All experimental protocols “were approved by” Research and Development Committee, Kansas City VA Medical Center. Kansas City, MO 64128.

Reagents

Matrigel was purchased from BD Biosciences (San Jose, CA). Gelfoam was purchased from Pharmacia & Upjohn Company (NY, USA). CCN1/Cyr61 recombinant protein (hrCCN1) was purchased from Fisher Scientific (St. Louis, MO). Human polyclonal anti-rabbit CCN1/Cyr61 antibody was purchased from Santa Cruz Biotechnology (Santa Cruz, CA).

Generation of CCN1-knockout pancreatic cancer Cells

CCN1-depleted Panc-1 [Panc-1CCN1(−)] cell line or CCN1-positive scrambled-shRNA transfected Panc-1 cell line [Panc-1CCN1(+)] were generated according to our previous methods15. Briefly, cloned human CCN1-shRNA or scrambled-shRNA-containing vectors (Block-iT RNAi vector, Life Technology, Grand Island, NY) were transfected into Panc-1 cells using the NeonTM transfection system. Transfected cells were treated with ZeocinTM (50 μg/ml) for stable selection. Stable cells were then cultured in regular DMEM media with 10% FBS and harvested for Western blotting to check the transfection efficiency (see Supplementary Fig.S1).

Animals

FVB/N mice (6–8 weeks of age), purchased from Taconic (Hudson, NY), were housed in cages fitted with high efficiency filter tops and bedding. The animals were fed irradiated Purina chow. The room was kept at 25°C with a 12 hour light-dark cycle.

The animal studies were carried out in “accordance” with the approved guidelines established in the Guide for the Care and Use of Laboratory Animals, US Department of Health and Human Resources (NIH 1985) and Kansas City VA Medical Center Animal Care facilities. The animal protocol was approved (Protocol # SNB0001) by VAMC Institutional Animal Care and Use-Committee (IACUC).

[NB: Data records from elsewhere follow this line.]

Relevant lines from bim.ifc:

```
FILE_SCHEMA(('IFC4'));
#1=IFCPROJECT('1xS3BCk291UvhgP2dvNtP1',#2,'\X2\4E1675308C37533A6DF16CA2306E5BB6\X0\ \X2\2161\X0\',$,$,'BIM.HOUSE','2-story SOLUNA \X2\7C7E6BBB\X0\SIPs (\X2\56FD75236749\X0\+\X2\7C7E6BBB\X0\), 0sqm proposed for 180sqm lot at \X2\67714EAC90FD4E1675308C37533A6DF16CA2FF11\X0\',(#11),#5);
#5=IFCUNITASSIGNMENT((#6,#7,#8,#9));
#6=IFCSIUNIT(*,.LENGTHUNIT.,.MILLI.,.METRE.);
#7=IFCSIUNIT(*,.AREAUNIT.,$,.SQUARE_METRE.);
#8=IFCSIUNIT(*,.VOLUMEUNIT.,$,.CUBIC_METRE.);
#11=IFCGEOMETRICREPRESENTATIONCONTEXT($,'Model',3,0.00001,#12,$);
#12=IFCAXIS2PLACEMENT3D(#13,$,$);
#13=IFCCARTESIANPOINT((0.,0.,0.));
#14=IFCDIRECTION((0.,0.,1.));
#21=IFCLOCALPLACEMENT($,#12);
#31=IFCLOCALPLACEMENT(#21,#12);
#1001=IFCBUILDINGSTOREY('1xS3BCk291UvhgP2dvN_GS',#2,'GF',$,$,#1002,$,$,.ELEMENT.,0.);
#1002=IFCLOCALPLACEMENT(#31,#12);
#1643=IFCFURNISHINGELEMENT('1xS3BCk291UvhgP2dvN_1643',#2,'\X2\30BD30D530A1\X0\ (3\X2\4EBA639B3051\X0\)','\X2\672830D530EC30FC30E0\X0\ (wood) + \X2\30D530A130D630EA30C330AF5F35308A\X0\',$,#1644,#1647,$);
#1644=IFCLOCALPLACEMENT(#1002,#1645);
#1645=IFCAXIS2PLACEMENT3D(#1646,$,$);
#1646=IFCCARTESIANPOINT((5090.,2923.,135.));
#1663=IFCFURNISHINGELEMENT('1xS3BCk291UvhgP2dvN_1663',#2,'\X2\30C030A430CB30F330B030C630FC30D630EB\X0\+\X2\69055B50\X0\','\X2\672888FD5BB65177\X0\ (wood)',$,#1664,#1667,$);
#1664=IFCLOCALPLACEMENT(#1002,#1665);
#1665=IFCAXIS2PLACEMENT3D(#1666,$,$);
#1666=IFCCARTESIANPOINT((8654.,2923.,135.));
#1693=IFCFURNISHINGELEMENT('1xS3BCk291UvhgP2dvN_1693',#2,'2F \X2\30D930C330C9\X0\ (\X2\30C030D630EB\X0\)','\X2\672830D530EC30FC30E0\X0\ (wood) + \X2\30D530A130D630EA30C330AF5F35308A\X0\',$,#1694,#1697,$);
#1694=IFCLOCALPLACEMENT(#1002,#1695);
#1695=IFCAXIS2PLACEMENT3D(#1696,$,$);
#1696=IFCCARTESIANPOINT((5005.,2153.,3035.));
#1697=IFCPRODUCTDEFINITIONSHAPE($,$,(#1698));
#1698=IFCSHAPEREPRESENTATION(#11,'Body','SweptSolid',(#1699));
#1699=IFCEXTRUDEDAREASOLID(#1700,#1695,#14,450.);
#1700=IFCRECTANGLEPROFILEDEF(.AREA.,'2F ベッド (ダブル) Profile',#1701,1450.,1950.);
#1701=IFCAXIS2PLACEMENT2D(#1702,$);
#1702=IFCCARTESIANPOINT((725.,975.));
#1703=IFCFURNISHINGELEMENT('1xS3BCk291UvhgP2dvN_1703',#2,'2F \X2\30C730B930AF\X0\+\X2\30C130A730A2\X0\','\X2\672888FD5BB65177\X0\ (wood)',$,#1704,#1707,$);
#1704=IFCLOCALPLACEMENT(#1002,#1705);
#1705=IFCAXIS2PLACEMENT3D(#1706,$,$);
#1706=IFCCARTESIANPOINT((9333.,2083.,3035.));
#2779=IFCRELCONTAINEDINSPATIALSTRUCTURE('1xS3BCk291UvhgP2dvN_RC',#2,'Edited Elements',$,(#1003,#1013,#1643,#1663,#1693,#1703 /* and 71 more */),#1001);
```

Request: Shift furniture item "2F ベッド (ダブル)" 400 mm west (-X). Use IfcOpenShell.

```python
import ifcopenshell
import ifcopenshell.api.geometry
import ifcopenshell.util.placement
import ifcopenshell.util.unit

model = ifcopenshell.open("bim.ifc")
unit_scale = ifcopenshell.util.unit.calculate_unit_scale(model)

item = model.by_guid("1xS3BCk291UvhgP2dvN_1693")
matrix = ifcopenshell.util.placement.get_local_placement(item.ObjectPlacement)
matrix[0, 3] -= 0.4 / unit_scale
ifcopenshell.api.geometry.edit_object_placement(model, product=item, matrix=matrix, is_si=False)

print(ifcopenshell.util.placement.get_local_placement(item.ObjectPlacement).round(3) + 0.0)

model.write("bim_updated.ifc")
```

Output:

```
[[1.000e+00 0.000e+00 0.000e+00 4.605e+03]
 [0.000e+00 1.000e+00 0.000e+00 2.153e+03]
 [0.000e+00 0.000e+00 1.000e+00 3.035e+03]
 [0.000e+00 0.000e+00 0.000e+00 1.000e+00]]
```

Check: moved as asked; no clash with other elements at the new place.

Preparation of Conditioned Media (CM) from different pancreatic cancer cells

The procedure of preparation was the same as previously described26,27. Briefly, AsPC-1 and Panc-1 cells and genetically engineered cells [i.e., Panc-1CCN1(+) and Panc-1CCN1(−)] were grown in HUVEC media for 24 hours. Media were collected and centrifuged for 10 min at 2000 rpm at 4°C followed by filtration through 0.22-μm sterile membrane (EMD Millipore, Billerica, MA) to remove the cells or cell debris. CMs were collected for endothelial cell migration and in vitro and in vivo angiogenesis assays.

Western blot analysis

The Western blot analysis was performed in different experimental cell lysates according to the method described previously28. Cell lysates or CM were obtained according to our previous methods27 and equal amounts of protein were subjected to SDS-PAGE and Western blot. Membranes were incubated overnight at 4°C with antibodies against CCN1/Cyr61 (Cell Signaling Technologies, Danvers, MA), SHh (R&D Systems, Minneapolis, MN) and actin proteins followed by incubation with HRP-conjugated secondary antibody for 30 min at room temperature. Signals were detected with Super Signal Ultra Chemiluminescent substrate (Pierce, Rockford, IL) by using ID Image Analysis software Version 3.6 (Eastman Kodak Company, Rochester, NY).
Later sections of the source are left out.